July 25, 2014 / 6:06 PM / in 3 years

Eni to revive Saipem sale plans -sources

* Saipem market value hit by profit warnings, graft probe

* New Eni management set to revive sale plans

* High Saipem debt levels may slow sale

* Saipem break up could avoid need for new equity

By Stephen Jewkes, Pamela Barbaglia and Sophie Sassard

MILAN/LONDON, July 25 (Reuters) - The new management of Italy’s Eni plans to press on with the sale of a controlling stake in oil services subsidiary Saipem so it can focus on the more lucrative business of finding oil and gas, sources said.

Former ENI CEO Paolo Scaroni had inked in plans to dispose of Saipem but they were put on hold when Italian Prime Minister Matteo Renzi drafted in new management to run the state-controlled oil giant.

Saipem became a liability for Eni last year when half its market value was wiped out by two profit warnings and a damaging investigation into alleged corruption in Algeria, which also engulfed Scaroni.

With oil and gas production compromised by conflict in Libya and unrest in Nigeria, along with project delays in Kashagan and Angola, Eni also needs to sell assets to fund increasingly costly upstream investments and maintain its dividend.

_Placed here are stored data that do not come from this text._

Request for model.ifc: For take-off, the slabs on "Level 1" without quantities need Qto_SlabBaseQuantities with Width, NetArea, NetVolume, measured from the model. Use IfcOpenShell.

First a look at what the model holds.

```python
import ifcopenshell
import ifcopenshell.util.element
import ifcopenshell.util.unit

model = ifcopenshell.open("model.ifc")
print(model.schema)
for unit_type in ("LENGTHUNIT", "AREAUNIT", "VOLUMEUNIT"):
    print(unit_type, ifcopenshell.util.unit.calculate_unit_scale(model, unit_type))
storey = next(s for s in model.by_type("IfcBuildingStorey") if s.Name == "Level 1")
slabs = [e for e in ifcopenshell.util.element.get_decomposition(storey) if e.is_a("IfcSlab")]
for e in sorted(slabs, key=lambda e: e.id()):
    print(e.id(), e.is_a(), e.Name, list(ifcopenshell.util.element.get_psets(e, qtos_only=True)), sep=" | ")
```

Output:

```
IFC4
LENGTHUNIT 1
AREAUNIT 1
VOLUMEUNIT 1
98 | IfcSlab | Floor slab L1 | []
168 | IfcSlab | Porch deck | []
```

```python
import ifcopenshell
import ifcopenshell.api.pset
import ifcopenshell.geom
import ifcopenshell.util.element
import ifcopenshell.util.shape
import ifcopenshell.util.unit

model = ifcopenshell.open("model.ifc")
unit_scale = ifcopenshell.util.unit.calculate_unit_scale(model)
area_scale = ifcopenshell.util.unit.calculate_unit_scale(model, "AREAUNIT")
volume_scale = ifcopenshell.util.unit.calculate_unit_scale(model, "VOLUMEUNIT")
settings = ifcopenshell.geom.settings()

storey = next(s for s in model.by_type("IfcBuildingStorey") if s.Name == "Level 1")
slabs = [e for e in ifcopenshell.util.element.get_decomposition(storey) if e.is_a("IfcSlab")]

for e in sorted(slabs, key=lambda e: e.id()):
    if ifcopenshell.util.element.get_psets(e, qtos_only=True, should_inherit=False):
        continue
    # Geometry comes back in metres, in the element's own axes.
    shape = ifcopenshell.geom.create_shape(settings, e)
    values = {
        "Width": ifcopenshell.util.shape.get_z(shape.geometry) / unit_scale,
        "NetArea": ifcopenshell.util.shape.get_footprint_area(shape.geometry) / area_scale,
        "NetVolume": ifcopenshell.util.shape.get_volume(shape.geometry) / volume_scale,
    }
    qto = ifcopenshell.api.pset.add_qto(model, product=e, name="Qto_SlabBaseQuantities")
    ifcopenshell.api.pset.edit_qto(model, qto=qto, properties=values)
    print(e.id(), {k: round(v, 3) for k, v in values.items()})

model.write("model_v2.ifc")
```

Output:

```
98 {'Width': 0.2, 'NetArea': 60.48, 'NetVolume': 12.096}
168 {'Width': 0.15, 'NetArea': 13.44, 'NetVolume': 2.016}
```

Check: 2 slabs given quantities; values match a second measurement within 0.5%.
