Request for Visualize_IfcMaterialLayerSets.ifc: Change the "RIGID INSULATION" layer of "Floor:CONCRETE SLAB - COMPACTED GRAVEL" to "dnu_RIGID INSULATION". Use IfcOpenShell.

First a look at what the model holds.

```python
import ifcopenshell
import ifcopenshell.util.element

model = ifcopenshell.open("Visualize_IfcMaterialLayerSets.ifc")
print(model.schema)
for layer_set in model.by_type("IfcMaterialLayerSet"):
    if layer_set.LayerSetName == "Floor:CONCRETE SLAB - COMPACTED GRAVEL":
        for layer in layer_set.MaterialLayers:
            print(layer.id(), layer.Material and layer.Material.Name, layer.LayerThickness, sep=" | ")
        print(len(ifcopenshell.util.element.get_elements_by_material(model, layer_set)), "elements and types use it")
print(sorted(m.Name for m in model.by_type("IfcMaterial") if m.Name)[:60])
```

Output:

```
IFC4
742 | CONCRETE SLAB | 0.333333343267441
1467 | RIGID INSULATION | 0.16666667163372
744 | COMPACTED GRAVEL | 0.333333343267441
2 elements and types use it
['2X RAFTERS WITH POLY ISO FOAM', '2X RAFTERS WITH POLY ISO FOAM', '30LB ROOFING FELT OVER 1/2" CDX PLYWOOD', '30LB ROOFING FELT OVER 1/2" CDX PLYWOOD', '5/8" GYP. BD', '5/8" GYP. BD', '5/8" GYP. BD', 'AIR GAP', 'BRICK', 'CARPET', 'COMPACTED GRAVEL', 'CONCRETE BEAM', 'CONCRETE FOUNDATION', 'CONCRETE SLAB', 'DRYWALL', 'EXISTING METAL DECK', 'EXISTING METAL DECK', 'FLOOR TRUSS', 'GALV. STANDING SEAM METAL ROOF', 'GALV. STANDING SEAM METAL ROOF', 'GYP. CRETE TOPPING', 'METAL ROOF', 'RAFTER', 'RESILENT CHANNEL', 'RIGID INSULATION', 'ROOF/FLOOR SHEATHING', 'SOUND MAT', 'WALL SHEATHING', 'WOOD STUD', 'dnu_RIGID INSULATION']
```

```python
import ifcopenshell
import ifcopenshell.api.material

model = ifcopenshell.open("Visualize_IfcMaterialLayerSets.ifc")

layer_set = next(s for s in model.by_type("IfcMaterialLayerSet") if s.LayerSetName == "Floor:CONCRETE SLAB - COMPACTED GRAVEL")
layer = next(l for l in layer_set.MaterialLayers if l.Material and l.Material.Name == "RIGID INSULATION")
material = next(m for m in model.by_type("IfcMaterial") if m.Name == "dnu_RIGID INSULATION")

# Point this one layer at the other material; renaming the old one would change it everywhere.
ifcopenshell.api.material.edit_layer(model, layer=layer, attributes={}, material=material)

print([l.Material.Name if l.Material else None for l in layer_set.MaterialLayers])

model.write("Visualize_IfcMaterialLayerSets_v2.ifc")
```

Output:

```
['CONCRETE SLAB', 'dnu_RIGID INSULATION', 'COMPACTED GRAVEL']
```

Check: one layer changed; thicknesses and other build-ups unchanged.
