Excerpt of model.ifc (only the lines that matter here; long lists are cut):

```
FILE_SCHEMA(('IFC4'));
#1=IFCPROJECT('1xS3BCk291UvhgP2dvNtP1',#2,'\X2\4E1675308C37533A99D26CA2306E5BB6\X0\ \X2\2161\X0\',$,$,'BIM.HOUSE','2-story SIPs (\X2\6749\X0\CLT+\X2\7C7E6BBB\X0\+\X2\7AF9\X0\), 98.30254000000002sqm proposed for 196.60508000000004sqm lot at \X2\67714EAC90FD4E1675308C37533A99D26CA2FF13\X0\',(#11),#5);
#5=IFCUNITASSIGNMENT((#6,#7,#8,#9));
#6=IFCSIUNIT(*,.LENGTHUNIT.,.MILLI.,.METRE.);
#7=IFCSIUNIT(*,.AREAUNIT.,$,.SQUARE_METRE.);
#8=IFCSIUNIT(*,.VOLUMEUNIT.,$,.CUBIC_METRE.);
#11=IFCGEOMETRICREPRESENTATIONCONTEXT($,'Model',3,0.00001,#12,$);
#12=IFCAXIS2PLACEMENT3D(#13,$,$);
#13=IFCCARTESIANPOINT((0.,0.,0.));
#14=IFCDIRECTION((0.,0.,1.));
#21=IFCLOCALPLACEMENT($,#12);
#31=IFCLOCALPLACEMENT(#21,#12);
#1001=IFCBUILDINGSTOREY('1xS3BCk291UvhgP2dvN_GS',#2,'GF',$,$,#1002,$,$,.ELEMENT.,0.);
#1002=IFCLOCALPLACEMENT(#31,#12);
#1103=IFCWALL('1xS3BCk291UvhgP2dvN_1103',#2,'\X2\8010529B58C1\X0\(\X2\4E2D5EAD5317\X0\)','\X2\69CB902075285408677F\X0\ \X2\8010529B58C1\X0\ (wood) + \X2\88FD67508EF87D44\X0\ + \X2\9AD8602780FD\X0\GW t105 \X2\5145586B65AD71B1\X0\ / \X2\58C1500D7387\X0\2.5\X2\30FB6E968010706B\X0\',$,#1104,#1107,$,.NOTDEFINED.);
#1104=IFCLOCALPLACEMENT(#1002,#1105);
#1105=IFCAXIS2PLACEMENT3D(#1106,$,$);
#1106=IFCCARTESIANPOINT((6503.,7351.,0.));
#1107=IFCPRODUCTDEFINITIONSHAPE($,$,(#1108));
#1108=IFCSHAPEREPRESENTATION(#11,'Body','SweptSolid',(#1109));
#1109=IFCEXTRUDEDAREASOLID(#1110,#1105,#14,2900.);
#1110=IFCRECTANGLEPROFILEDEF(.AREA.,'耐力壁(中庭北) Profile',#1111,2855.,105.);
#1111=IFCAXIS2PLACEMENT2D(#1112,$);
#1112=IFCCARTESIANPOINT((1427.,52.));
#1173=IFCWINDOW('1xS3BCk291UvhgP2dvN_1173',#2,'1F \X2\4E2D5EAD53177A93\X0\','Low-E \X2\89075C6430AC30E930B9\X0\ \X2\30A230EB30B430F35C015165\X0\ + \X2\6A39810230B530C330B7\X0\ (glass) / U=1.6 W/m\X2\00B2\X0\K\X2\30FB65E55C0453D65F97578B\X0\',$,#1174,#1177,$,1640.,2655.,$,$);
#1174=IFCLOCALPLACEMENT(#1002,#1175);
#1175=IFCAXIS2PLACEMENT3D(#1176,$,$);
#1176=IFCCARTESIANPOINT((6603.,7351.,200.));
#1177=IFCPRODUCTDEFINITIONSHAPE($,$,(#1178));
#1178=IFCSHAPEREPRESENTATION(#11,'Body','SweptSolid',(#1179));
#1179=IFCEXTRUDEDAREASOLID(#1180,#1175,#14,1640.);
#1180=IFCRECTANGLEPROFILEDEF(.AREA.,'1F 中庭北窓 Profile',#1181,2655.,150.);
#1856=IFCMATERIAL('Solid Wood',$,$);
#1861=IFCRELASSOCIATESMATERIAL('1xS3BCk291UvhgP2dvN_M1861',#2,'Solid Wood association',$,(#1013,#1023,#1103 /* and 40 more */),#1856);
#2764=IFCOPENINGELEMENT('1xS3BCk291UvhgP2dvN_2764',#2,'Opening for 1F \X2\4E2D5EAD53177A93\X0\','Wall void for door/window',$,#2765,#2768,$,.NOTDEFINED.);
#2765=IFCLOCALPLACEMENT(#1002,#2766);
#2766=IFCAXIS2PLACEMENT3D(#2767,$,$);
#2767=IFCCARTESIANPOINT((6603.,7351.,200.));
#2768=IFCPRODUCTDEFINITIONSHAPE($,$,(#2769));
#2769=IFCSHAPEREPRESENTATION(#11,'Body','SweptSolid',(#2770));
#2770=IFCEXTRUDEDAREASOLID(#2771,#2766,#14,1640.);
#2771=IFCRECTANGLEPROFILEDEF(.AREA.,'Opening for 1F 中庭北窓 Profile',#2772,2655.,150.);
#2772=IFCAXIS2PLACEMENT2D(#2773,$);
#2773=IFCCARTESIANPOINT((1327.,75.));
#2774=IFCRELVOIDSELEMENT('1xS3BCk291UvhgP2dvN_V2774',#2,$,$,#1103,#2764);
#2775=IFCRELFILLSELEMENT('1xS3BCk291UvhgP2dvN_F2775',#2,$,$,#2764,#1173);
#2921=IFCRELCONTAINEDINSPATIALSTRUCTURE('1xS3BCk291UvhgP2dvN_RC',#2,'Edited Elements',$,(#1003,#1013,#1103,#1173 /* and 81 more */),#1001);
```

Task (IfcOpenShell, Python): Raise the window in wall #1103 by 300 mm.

```python
import numpy as np
import ifcopenshell
import ifcopenshell.api.geometry
import ifcopenshell.util.placement
import ifcopenshell.util.unit

model = ifcopenshell.open("model.ifc")
unit_scale = ifcopenshell.util.unit.calculate_unit_scale(model)

window = model.by_guid("1xS3BCk291UvhgP2dvN_1173")
opening = window.FillsVoids[0].RelatingOpeningElement
dz = 0.3 / unit_scale

shift = np.array([0.0, 0.0, dz])
# The window is not placed relative to its opening, so move both.
for product in (opening, window):
    matrix = ifcopenshell.util.placement.get_local_placement(product.ObjectPlacement)
    matrix[:3, 3] += shift
    ifcopenshell.api.geometry.edit_object_placement(model, product=product, matrix=matrix, is_si=False)

print(f"moved by {dz * unit_scale:+.3f} m")

model.write("model_updated.ifc")
```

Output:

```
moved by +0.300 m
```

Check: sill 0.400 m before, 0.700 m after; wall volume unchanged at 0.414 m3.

“Eni’s new management is indeed ready to resume the sale of Saipem, though it first needs to cut its debt either via asset disposals or raising equity,” a source close to the matter said.

Eni has a 43 percent stake in Saipem and fully consolidates it on its balance sheet, including 5.5 billion euros of debt. But it keeps it at arm’s length and has no day-to-day influence over management because Saipem also works on some contracts awarded by Eni.

Claudio Descalzi, who took over the top spot at Eni in May, has yet to pronounce on plans for Saipem but is expected to flag his intentions at a strategy meeting next Thursday.

Descalzi was head of exploration and production (E&P) at Eni under Scaroni and nurtured in-house engineering skills that would go some way to make up for the loss of similar expertise if Saipem is sold off.

Saipem supplies engineering services, project management and construction services to oil and gas companies for both onshore and offshore projects and carries out drilling worldwide.

“Saipem has been under strategic review for a long while and Eni’s new management is willing to go ahead,” a second source familiar with the matter said.

“Options under review include a break-up of Saipem’s distribution, production and transformation operations,” the source said, adding that decisions about this might be taken in the second half of the year.

Eni declined to comment.

DEBT GUARANTEES

In May, Descalzi announced a new structure at Eni to help focus minds on growing the more lucrative exploration and production business, while turning round or downsizing other less profitable businesses such as refining.

In a recent report, HSBC said a sale of Saipem was likely but it might not be in the short term because of low valuations after last year’s profit warnings and high debt levels.

“Saipem has historically benefitted from debt guarantees from Eni. We believe Saipem would need to be refinanced if it were to be floated as a stand-alone entity,” HSBC said.

Saipem, whose debt-to-equity ratio stands at a hefty 60 percent or so, borrows through Eni, whose A rating is higher than Italy‘s. But people close to the matter said Eni was taking steps to get Saipem on an independent footing.

A banker who works on funding with Saipem told Reuters that Eni was already calling on lenders to negotiate debt guarantees directly with Saipem.

“They’re slowly weaning Saipem off Eni’s milk,” he said.

A breakup of Saipem would allow the firm to cut its debt pile without tapping the market for new equity, which some bankers say would have to be in the order of 2 billion euros to make the company appetising.

“Previously there was discussion about selling the onshore drilling business which could be worth around 1 billion euros and could find buyers because it’s a steady cash generator,” a banker who had been privy to Scaroni’s plans said.

He said another option the former CEO had been toying with was the issuance of a convertible bond by Saipem.

Saipem’s onshore and offshore drilling business accounts for some 15 percent of the company’s revenues which in 2013 stood at about 12 billion euros.

The company is feeling the pinch from lower investment by oil majors. This is making life harder for equipment and service suppliers worldwide.